Ouderen van dagen herinneren zich levendig, hoe kort na elkaar zes onzer mooiste schepen vernietigd werden.Reeds eeuwen geleden had de vraag, of er een schip gebouwd kon worden, dat in staat was onder water te varen, vernuftige geesten bezig gehouden. In 1624 gaf een Nederlander, Cornelis Drebbel, te Londen in de Theems een demonstratie met een onderwaterboot, door hem vervaardigd en door roeiriemen voortbewogen, waarmede hij enigen tijd onder water bleef. Na hem kwamen verscheidene andere uitvinders, o.a.
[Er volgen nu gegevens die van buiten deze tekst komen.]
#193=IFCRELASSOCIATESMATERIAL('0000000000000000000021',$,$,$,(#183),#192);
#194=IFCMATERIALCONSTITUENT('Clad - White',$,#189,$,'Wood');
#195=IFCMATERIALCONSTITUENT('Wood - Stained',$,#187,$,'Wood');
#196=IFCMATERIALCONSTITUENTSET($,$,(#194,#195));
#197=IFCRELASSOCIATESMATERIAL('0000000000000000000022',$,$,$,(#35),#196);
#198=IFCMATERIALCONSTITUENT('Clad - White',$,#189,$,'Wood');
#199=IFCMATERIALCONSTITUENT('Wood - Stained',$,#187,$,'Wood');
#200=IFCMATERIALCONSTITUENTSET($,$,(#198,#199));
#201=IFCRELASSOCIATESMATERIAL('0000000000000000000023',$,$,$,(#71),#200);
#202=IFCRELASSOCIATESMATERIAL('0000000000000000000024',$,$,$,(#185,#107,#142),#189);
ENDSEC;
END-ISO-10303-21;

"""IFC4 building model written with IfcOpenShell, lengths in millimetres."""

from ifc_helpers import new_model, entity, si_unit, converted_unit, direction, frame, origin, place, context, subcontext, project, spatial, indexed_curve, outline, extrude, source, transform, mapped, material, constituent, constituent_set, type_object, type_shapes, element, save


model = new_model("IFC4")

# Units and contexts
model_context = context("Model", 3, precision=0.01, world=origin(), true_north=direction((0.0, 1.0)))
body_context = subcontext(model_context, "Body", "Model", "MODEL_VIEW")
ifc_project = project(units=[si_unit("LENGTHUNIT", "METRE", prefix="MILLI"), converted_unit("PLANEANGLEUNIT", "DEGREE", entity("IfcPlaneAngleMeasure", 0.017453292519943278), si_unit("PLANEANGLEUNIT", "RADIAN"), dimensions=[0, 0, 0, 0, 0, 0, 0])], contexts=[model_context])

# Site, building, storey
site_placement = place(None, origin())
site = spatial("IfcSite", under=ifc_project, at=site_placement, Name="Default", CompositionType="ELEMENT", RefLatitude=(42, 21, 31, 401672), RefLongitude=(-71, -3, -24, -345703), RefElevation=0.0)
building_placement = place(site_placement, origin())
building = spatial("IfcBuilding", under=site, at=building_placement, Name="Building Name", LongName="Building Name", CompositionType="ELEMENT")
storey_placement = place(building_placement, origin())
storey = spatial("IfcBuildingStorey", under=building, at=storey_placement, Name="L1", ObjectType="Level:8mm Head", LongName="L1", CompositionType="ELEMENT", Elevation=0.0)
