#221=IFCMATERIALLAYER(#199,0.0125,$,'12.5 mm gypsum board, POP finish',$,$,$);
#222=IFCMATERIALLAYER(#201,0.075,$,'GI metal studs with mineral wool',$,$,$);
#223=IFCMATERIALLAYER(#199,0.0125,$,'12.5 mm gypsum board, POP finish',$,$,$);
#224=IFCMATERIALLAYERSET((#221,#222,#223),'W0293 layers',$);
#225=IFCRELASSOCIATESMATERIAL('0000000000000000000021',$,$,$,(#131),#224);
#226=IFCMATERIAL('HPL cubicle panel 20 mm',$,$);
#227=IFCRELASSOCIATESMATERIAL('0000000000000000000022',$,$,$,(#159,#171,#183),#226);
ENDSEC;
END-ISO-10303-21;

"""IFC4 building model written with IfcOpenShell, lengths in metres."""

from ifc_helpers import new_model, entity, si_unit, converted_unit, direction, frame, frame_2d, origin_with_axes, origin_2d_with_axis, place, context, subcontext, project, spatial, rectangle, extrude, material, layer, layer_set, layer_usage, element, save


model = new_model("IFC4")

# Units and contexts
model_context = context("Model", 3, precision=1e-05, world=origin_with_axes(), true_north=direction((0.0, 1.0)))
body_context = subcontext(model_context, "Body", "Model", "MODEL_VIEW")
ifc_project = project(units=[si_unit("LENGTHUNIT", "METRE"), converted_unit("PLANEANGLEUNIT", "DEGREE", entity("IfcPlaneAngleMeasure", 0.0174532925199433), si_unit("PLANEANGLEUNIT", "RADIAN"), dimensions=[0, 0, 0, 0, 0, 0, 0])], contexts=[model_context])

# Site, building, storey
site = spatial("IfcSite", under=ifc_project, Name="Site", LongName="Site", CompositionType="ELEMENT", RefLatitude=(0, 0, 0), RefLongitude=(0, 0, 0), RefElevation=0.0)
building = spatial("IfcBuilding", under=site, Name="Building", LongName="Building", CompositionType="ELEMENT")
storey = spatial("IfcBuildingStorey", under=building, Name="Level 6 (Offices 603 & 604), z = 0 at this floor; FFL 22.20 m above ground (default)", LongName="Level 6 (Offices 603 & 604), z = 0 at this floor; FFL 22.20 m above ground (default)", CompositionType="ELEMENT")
Robert Fulton, die omstreeks 1800 te Parijs een duikboot vertoonde, waarmede drie man gedurende vier uren onder water konden blijven. Deze boot werd door menselijke kracht voortbewogen en bediende zich voor de luchtverversing van een ketel met samengeperste lucht. De tijd was echter nog niet rijp voor deze ontdekking, zelfs Napoleon zag er geen nut in.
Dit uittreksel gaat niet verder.